2. Every sentence is copied from a book.
3. In each paragraph, one word is italicized. We will call this the keyword.
If you dig a bit further, you may discover that each paragraph has a theme that relates in some way to the keyword, but only four out of the five books referenced in that paragraph follow the theme. The themes and books are listed below, and the books that don't belong are italicized.
Paragraph 1: books about war (keyword: WAR)
Catch-22, by Joseph Heller
All Quiet on the Western Front, by Erich Maria Remarque
Brave New World, by Aldous Huxley
Slaughterhouse-Five, by Kurt Vonnegut
The Iliad, by Homer
Paragraph 2: books with an unreliable narrator (keyword: DECEIVED)
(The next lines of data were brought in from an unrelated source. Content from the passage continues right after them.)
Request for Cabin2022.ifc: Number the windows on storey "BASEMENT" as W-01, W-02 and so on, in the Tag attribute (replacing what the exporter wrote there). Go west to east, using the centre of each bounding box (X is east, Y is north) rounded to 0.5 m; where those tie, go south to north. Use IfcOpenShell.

First a look at what the model holds.

```python
import ifcopenshell
import ifcopenshell.util.element
import ifcopenshell.util.placement

model = ifcopenshell.open("Cabin2022.ifc")
print(model.schema)
storey = next(s for s in model.by_type("IfcBuildingStorey") if s.Name == "BASEMENT")
windows = [e for e in ifcopenshell.util.element.get_decomposition(storey) if e.is_a("IfcWindow")]
for e in sorted(windows, key=lambda e: e.id()):
    origin = ifcopenshell.util.placement.get_local_placement(e.ObjectPlacement)[:3, 3]
    print(e.id(), e.Tag, e.Name, origin.round(2) + 0.0, sep=" | ")
```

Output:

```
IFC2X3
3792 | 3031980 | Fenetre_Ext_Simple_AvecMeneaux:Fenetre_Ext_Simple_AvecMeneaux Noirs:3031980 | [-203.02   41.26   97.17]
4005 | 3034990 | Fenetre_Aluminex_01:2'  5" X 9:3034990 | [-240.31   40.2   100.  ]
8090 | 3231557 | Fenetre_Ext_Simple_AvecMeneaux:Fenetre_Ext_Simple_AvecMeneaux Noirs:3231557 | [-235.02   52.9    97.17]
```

```python
import ifcopenshell
import ifcopenshell.geom
import ifcopenshell.util.element
import ifcopenshell.util.shape

model = ifcopenshell.open("Cabin2022.ifc")
settings = ifcopenshell.geom.settings()
settings.set("use-world-coords", True)


def centre(element):
    shape = ifcopenshell.geom.create_shape(settings, element)
    return ifcopenshell.util.shape.get_bbox_centroid(shape.geometry)


storey = next(s for s in model.by_type("IfcBuildingStorey") if s.Name == "BASEMENT")
windows = [e for e in ifcopenshell.util.element.get_decomposition(storey) if e.is_a("IfcWindow")]

# Insertion points can sit at a corner or the storey origin, so sort by the geometry (in metres).
centres = {e: centre(e) for e in windows}
windows.sort(key=lambda e: (round(centres[e][0] / 0.5), centres[e][1]))

for i, e in enumerate(windows, start=1):
    number = f"W-{i:02d}"
    e.Tag = number
    print(e.id(), number)

model.write("Cabin2022_edited.ifc")
```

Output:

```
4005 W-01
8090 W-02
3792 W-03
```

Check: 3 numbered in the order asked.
The Murder of Roger Ackroyd, by Agatha Christie
Lolita, by Vladimir Nabokov
The Catcher in the Rye, by J. D. Salinger
Lord of the Flies, by William Golding
The Good Soldier, by Ford Madox Ford
Paragraph 3: the third book in a series (keyword: THIRD)
The Never War, by D. J. MacHale
Insurgent, by Veronica Roth
Mockingjay, by Suzanne Collins
Harry Potter and the Prisoner of Azkaban, by J. K. Rowling
The Voyage of the Dawn Treader, by C. S. Lewis
Paragraph 4: an author's only novel (keyword: ONLY)
Never Let Me Go, by Kazuo Ishiguro
Wuthering Heights, by Emily Bronte
The Picture of Dorian Gray, by Oscar Wilde
Gone with the Wind, by Margaret Mitchell
Black Beauty, by Anna Sewell
Paragraph 5: children's books (keyword: SON)
The Cat in the Hat, by Dr. Seuss
Where the Wild Things Are, by Maurice Sendak
King Solomon's Mines, by H. Rider Haggard
Love You Forever, by Robert Munsch
The Very Hungry Caterpillar, by Eric Carle
Paragraph 6: books about books (keyword: BOOK)
The Book Thief, by Markus Zusak
The Blind Assassin, by Margaret Atwood
Soul Music, by Terry Pratchett
Fahrenheit 451, by Ray Bradbury
Inkheart, by Cornelia Funke
Taking the first letter of each book that doesn't belong, we get the word "blinks".